■ **PROBLEM REQUIREMENTS**:
Each record below needs to be set down again exactly.

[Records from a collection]
======
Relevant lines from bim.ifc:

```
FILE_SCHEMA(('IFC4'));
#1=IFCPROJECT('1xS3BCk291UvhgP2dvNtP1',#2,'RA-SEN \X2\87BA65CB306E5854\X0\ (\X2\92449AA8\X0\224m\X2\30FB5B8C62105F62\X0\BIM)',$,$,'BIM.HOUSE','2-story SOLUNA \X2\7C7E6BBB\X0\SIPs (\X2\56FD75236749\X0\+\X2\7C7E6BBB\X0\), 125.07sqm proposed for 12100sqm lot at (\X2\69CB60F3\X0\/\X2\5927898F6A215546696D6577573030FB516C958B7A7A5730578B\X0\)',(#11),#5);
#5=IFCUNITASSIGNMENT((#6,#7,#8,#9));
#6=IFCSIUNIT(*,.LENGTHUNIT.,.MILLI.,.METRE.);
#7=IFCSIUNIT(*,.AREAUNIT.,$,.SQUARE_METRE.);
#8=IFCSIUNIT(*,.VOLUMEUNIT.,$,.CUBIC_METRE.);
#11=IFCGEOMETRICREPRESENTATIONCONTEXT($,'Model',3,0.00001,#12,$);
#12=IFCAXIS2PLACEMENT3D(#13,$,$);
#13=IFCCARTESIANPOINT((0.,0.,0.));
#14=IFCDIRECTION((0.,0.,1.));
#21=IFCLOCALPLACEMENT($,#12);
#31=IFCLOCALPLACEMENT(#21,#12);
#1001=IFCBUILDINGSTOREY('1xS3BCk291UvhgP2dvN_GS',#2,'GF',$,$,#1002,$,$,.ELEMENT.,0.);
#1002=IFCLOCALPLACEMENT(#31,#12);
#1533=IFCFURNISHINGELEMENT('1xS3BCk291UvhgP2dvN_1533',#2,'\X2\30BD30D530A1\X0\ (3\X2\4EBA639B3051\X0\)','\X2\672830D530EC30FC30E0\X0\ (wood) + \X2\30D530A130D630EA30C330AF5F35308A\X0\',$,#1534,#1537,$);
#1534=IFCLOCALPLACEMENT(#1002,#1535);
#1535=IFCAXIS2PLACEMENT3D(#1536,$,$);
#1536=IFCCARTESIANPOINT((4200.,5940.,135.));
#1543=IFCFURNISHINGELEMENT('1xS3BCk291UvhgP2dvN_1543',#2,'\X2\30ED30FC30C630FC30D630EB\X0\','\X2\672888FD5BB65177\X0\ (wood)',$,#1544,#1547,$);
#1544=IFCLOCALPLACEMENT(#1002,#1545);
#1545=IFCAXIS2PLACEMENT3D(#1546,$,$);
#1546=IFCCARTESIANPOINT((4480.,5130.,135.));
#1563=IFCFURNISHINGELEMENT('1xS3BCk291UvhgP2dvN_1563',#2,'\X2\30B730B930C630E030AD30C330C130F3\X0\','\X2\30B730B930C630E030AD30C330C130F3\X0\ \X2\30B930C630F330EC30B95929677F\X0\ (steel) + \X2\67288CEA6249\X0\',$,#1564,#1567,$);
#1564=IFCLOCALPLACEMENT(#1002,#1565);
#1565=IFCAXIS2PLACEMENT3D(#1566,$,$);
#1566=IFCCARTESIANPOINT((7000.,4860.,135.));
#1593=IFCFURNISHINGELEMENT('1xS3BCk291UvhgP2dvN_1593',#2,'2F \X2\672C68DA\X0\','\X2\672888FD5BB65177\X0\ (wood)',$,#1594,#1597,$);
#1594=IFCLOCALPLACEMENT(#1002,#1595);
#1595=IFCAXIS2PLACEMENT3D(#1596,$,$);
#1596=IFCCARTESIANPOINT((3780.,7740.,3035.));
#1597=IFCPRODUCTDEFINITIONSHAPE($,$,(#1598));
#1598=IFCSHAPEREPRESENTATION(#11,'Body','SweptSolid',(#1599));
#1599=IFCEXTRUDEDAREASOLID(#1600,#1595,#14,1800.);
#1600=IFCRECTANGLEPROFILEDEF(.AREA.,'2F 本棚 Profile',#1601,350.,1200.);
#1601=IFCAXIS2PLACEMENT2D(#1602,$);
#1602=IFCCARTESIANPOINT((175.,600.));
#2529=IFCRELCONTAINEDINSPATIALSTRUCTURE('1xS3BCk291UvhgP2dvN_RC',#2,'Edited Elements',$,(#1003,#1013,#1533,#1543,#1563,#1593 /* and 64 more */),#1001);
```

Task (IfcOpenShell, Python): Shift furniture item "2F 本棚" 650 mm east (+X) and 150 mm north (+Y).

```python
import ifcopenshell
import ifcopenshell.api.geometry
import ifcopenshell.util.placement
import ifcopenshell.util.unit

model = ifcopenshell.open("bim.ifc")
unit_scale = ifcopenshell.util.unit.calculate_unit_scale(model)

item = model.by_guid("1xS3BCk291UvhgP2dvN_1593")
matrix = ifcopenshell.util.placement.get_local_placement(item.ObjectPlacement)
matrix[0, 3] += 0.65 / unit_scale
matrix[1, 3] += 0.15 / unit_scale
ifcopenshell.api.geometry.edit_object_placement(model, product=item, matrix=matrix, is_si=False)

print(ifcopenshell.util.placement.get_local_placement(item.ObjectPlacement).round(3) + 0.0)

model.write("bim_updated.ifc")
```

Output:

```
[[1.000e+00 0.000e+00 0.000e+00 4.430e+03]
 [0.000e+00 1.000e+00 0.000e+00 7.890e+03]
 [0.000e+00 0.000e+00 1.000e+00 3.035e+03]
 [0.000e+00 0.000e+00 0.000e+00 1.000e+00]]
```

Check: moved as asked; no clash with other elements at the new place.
======
■ **OUTPUT FOR THIS EXERCISE**:
Relevant lines from bim.ifc:

```
FILE_SCHEMA(('IFC4'));
#1=IFCPROJECT('1xS3BCk291UvhgP2dvNtP1',#2,'RA-SEN \X2\87BA65CB306E5854\X0\ (\X2\92449AA8\X0\224m\X2\30FB5B8C62105F62\X0\BIM)',$,$,'BIM.HOUSE','2-story SOLUNA \X2\7C7E6BBB\X0\SIPs (\X2\56FD75236749\X0\+\X2\7C7E6BBB\X0\), 125.07sqm proposed for 12100sqm lot at (\X2\69CB60F3\X0\/\X2\5927898F6A215546696D6577573030FB516C958B7A7A5730578B\X0\)',(#11),#5);
#5=IFCUNITASSIGNMENT((#6,#7,#8,#9));
#6=IFCSIUNIT(*,.LENGTHUNIT.,.MILLI.,.METRE.);
#7=IFCSIUNIT(*,.AREAUNIT.,$,.SQUARE_METRE.);
#8=IFCSIUNIT(*,.VOLUMEUNIT.,$,.CUBIC_METRE.);
#11=IFCGEOMETRICREPRESENTATIONCONTEXT($,'Model',3,0.00001,#12,$);
#12=IFCAXIS2PLACEMENT3D(#13,$,$);
#13=IFCCARTESIANPOINT((0.,0.,0.));
#14=IFCDIRECTION((0.,0.,1.));
#21=IFCLOCALPLACEMENT($,#12);
#31=IFCLOCALPLACEMENT(#21,#12);
#1001=IFCBUILDINGSTOREY('1xS3BCk291UvhgP2dvN_GS',#2,'GF',$,$,#1002,$,$,.ELEMENT.,0.);
#1002=IFCLOCALPLACEMENT(#31,#12);
#1533=IFCFURNISHINGELEMENT('1xS3BCk291UvhgP2dvN_1533',#2,'\X2\30BD30D530A1\X0\ (3\X2\4EBA639B3051\X0\)','\X2\672830D530EC30FC30E0\X0\ (wood) + \X2\30D530A130D630EA30C330AF5F35308A\X0\',$,#1534,#1537,$);
#1534=IFCLOCALPLACEMENT(#1002,#1535);
#1535=IFCAXIS2PLACEMENT3D(#1536,$,$);
#1536=IFCCARTESIANPOINT((4200.,5940.,135.));
#1543=IFCFURNISHINGELEMENT('1xS3BCk291UvhgP2dvN_1543',#2,'\X2\30ED30FC30C630FC30D630EB\X0\','\X2\672888FD5BB65177\X0\ (wood)',$,#1544,#1547,$);
#1544=IFCLOCALPLACEMENT(#1002,#1545);
#1545=IFCAXIS2PLACEMENT3D(#1546,$,$);
#1546=IFCCARTESIANPOINT((4480.,5130.,135.));
#1563=IFCFURNISHINGELEMENT('1xS3BCk291UvhgP2dvN_1563',#2,'\X2\30B730B930C630E030AD30C330C130F3\X0\','\X2\30B730B930C630E030AD30C330C130F3\X0\ \X2\30B930C630F330EC30B95929677F\X0\ (steel) + \X2\67288CEA6249\X0\',$,#1564,#1567,$);
#1564=IFCLOCALPLACEMENT(#1002,#1565);
#1565=IFCAXIS2PLACEMENT3D(#1566,$,$);
#1566=IFCCARTESIANPOINT((7000.,4860.,135.));
#1593=IFCFURNISHINGELEMENT('1xS3BCk291UvhgP2dvN_1593',#2,'2F \X2\672C68DA\X0\','\X2\672888FD5BB65177\X0\ (wood)',$,#1594,#1597,$);
#1594=IFCLOCALPLACEMENT(#1002,#1595);
#1595=IFCAXIS2PLACEMENT3D(#1596,$,$);
#1596=IFCCARTESIANPOINT((3780.,7740.,3035.));
#1597=IFCPRODUCTDEFINITIONSHAPE($,$,(#1598));
#1598=IFCSHAPEREPRESENTATION(#11,'Body','SweptSolid',(#1599));
#1599=IFCEXTRUDEDAREASOLID(#1600,#1595,#14,1800.);
#1600=IFCRECTANGLEPROFILEDEF(.AREA.,'2F 本棚 Profile',#1601,350.,1200.);
#1601=IFCAXIS2PLACEMENT2D(#1602,$);
#1602=IFCCARTESIANPOINT((175.,600.));
#2529=IFCRELCONTAINEDINSPATIALSTRUCTURE('1xS3BCk291UvhgP2dvN_RC',#2,'Edited Elements',$,(#1003,#1013,#1533,#1543,#1563,#1593 /* and 64 more */),#1001);
```

Task (IfcOpenShell, Python): Shift furniture item "2F 本棚" 650 mm east (+X) and 150 mm north (+Y).

```python
import ifcopenshell
import ifcopenshell.api.geometry
import ifcopenshell.util.placement
import ifcopenshell.util.unit

model = ifcopenshell.open("bim.ifc")
unit_scale = ifcopenshell.util.unit.calculate_unit_scale(model)

item = model.by_guid("1xS3BCk291UvhgP2dvN_1593")
matrix = ifcopenshell.util.placement.get_local_placement(item.ObjectPlacement)
matrix[0, 3] += 0.65 / unit_scale
matrix[1, 3] += 0.15 / unit_scale
ifcopenshell.api.geometry.edit_object_placement(model, product=item, matrix=matrix, is_si=False)

print(ifcopenshell.util.placement.get_local_placement(item.ObjectPlacement).round(3) + 0.0)

model.write("bim_updated.ifc")
```

Output:

```
[[1.000e+00 0.000e+00 0.000e+00 4.430e+03]
 [0.000e+00 1.000e+00 0.000e+00 7.890e+03]
 [0.000e+00 0.000e+00 1.000e+00 3.035e+03]
 [0.000e+00 0.000e+00 0.000e+00 1.000e+00]]
```

Check: moved as asked; no clash with other elements at the new place.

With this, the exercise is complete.